WORK TO COMPLETE>
Locate each line of the material that contains "IFCEXTRUDEDAREASOLID", then return it.

DATA>
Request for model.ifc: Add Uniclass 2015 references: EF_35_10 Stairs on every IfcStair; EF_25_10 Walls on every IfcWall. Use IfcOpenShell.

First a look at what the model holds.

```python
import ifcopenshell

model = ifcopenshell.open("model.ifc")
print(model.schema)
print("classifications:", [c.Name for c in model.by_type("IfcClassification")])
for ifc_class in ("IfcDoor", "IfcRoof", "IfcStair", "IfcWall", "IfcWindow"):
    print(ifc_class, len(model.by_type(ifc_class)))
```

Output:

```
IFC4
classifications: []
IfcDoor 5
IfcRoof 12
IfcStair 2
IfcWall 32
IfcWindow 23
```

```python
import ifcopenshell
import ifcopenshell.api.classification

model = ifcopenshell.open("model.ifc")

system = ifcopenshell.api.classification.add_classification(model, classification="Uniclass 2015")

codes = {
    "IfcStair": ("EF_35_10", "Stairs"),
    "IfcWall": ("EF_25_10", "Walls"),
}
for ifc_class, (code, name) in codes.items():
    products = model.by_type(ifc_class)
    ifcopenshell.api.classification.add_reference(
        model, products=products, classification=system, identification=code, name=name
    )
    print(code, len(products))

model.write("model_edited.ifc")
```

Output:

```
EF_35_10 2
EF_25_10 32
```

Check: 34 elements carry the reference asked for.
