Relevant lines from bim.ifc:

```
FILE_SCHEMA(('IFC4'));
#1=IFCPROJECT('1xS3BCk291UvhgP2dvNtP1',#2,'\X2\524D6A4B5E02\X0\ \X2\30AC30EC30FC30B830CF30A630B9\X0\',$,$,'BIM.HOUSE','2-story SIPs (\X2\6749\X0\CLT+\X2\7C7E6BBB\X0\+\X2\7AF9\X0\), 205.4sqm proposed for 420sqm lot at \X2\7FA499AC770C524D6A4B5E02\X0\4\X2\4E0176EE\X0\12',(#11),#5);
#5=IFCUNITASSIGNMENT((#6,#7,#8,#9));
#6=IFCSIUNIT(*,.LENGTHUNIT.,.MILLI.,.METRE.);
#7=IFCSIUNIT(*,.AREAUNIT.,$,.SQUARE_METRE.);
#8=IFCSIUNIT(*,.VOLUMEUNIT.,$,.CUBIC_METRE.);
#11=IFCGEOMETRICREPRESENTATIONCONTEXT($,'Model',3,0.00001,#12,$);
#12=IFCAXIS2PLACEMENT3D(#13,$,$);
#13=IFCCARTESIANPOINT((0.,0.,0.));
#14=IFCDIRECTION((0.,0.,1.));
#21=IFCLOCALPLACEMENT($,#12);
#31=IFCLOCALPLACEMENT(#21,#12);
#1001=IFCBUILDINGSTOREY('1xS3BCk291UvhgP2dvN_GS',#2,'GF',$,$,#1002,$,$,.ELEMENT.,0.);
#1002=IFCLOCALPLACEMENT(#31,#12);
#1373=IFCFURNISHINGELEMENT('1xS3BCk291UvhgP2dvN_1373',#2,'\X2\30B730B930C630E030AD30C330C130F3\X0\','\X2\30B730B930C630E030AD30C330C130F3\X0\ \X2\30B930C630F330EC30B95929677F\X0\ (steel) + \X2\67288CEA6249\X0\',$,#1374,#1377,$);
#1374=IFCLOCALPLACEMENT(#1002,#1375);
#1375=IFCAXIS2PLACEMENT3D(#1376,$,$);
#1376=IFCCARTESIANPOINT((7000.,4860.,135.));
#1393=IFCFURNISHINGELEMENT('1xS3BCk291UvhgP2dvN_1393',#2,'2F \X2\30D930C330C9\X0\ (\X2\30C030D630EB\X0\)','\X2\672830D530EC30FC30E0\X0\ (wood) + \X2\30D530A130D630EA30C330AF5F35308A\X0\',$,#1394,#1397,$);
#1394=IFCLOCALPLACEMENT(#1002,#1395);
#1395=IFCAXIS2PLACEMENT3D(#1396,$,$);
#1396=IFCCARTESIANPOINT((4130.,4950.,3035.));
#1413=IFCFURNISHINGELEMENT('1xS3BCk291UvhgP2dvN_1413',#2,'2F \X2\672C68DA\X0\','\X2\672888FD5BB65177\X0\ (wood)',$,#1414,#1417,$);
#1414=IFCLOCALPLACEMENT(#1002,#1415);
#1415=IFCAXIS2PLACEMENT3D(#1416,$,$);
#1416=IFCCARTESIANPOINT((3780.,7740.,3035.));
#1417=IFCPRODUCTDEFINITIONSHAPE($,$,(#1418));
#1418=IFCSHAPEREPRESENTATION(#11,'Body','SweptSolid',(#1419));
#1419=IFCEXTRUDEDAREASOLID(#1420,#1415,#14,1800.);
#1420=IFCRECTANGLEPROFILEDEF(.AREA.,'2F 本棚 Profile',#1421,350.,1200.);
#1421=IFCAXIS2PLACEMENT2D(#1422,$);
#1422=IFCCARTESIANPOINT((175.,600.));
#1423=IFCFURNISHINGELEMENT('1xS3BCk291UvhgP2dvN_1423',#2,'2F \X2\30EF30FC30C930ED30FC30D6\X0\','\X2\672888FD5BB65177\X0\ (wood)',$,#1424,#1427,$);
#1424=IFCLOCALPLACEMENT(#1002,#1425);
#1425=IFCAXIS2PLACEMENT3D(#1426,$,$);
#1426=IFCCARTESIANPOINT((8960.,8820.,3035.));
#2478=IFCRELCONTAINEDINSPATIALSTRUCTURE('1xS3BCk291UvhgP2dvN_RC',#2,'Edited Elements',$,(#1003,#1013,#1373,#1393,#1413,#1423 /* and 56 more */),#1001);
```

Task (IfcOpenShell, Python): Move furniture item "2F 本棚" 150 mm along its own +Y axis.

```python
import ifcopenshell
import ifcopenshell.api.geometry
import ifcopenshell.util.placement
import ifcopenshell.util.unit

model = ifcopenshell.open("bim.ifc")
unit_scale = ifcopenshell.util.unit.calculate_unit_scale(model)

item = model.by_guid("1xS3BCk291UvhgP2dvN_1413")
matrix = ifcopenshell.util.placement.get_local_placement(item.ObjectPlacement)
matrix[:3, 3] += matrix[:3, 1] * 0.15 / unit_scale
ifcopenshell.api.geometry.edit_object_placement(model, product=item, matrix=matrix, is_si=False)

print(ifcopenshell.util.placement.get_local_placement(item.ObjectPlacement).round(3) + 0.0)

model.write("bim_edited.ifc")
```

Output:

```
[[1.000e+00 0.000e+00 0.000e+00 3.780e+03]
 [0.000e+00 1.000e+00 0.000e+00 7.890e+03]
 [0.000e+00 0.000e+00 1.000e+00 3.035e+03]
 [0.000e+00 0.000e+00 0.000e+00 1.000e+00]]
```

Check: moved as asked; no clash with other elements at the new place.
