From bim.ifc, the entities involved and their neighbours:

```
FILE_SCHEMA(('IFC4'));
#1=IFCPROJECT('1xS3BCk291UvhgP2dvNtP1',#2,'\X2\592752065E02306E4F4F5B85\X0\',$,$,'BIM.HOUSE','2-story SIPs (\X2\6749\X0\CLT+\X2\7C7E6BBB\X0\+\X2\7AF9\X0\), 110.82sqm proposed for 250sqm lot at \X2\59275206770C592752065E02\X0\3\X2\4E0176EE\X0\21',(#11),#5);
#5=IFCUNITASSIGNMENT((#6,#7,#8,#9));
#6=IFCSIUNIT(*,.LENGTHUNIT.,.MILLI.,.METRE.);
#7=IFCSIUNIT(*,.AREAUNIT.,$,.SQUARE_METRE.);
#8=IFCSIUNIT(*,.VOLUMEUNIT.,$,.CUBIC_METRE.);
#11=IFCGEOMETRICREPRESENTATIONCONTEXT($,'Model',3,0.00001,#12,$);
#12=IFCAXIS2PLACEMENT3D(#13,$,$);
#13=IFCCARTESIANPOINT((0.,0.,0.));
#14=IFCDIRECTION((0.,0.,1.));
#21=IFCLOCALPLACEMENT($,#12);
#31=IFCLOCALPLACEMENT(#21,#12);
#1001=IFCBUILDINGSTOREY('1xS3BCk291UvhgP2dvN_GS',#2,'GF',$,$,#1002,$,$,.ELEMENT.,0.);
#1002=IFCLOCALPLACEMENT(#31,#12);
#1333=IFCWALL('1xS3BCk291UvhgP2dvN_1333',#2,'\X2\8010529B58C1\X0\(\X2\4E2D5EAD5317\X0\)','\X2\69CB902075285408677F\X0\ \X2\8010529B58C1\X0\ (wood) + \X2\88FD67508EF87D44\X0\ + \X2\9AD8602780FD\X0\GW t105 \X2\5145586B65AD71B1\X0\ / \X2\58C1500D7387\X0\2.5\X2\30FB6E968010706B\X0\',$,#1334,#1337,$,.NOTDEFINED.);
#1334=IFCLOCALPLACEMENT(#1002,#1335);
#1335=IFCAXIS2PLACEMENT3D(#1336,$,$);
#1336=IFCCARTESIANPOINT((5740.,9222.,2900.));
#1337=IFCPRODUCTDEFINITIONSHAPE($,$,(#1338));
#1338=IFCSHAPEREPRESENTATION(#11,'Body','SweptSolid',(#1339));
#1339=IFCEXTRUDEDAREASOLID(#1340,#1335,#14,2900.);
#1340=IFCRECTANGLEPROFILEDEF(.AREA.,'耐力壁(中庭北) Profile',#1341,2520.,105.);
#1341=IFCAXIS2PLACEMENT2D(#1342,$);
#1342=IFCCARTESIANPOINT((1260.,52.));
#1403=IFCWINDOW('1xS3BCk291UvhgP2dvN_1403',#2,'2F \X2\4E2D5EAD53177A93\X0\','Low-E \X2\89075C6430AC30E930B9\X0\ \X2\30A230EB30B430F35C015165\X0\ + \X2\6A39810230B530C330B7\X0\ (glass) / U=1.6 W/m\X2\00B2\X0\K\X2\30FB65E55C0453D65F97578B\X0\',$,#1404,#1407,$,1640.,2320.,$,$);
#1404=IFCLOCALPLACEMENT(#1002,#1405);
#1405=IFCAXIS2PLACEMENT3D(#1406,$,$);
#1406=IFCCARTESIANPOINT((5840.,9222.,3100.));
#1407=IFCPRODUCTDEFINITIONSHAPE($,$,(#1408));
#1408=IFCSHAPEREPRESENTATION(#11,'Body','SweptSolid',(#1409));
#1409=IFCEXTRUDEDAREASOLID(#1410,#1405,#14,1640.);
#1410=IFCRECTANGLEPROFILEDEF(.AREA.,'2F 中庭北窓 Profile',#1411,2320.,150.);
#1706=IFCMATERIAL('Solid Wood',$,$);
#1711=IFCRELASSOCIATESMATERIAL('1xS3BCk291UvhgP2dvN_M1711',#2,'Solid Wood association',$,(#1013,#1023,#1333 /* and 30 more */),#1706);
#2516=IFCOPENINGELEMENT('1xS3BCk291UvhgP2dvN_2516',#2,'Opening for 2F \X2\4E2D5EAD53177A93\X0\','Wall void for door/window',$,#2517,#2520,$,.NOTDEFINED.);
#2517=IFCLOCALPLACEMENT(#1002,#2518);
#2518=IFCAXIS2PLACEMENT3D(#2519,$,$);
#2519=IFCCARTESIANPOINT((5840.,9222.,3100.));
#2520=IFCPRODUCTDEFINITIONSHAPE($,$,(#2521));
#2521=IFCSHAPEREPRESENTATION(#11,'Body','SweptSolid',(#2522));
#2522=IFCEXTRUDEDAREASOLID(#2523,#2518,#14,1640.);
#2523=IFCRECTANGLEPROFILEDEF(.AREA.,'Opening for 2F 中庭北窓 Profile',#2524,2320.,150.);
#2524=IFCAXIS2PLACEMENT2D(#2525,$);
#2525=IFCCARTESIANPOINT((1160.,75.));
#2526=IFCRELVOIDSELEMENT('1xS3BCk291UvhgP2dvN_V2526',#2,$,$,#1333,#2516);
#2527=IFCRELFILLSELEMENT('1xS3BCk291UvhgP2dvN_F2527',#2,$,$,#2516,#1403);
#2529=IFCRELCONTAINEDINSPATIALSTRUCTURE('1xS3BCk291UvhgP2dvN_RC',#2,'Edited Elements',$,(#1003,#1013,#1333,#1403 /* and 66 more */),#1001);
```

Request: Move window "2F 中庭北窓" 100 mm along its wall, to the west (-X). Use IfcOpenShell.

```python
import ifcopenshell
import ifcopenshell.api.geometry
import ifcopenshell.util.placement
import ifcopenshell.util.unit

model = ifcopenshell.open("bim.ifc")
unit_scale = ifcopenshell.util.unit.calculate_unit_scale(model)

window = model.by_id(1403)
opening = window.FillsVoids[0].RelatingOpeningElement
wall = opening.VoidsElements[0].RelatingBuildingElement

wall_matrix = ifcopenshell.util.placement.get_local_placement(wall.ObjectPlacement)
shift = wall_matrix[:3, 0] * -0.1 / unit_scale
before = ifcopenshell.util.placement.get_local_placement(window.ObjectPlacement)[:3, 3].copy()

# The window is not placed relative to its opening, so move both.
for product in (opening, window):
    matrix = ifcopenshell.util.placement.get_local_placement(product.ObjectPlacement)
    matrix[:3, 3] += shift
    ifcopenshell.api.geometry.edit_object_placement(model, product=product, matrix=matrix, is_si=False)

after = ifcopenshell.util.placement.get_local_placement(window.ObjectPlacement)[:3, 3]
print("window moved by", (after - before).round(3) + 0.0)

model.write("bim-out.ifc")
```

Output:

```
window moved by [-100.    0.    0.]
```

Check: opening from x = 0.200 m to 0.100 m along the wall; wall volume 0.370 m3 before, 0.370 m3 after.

TASK SOLUTION>
#1419=IFCEXTRUDEDAREASOLID(#1420,#1415,#14,1800.);
#1339=IFCEXTRUDEDAREASOLID(#1340,#1335,#14,2900.);
#1409=IFCEXTRUDEDAREASOLID(#1410,#1405,#14,1640.);
#2522=IFCEXTRUDEDAREASOLID(#2523,#2518,#14,1640.);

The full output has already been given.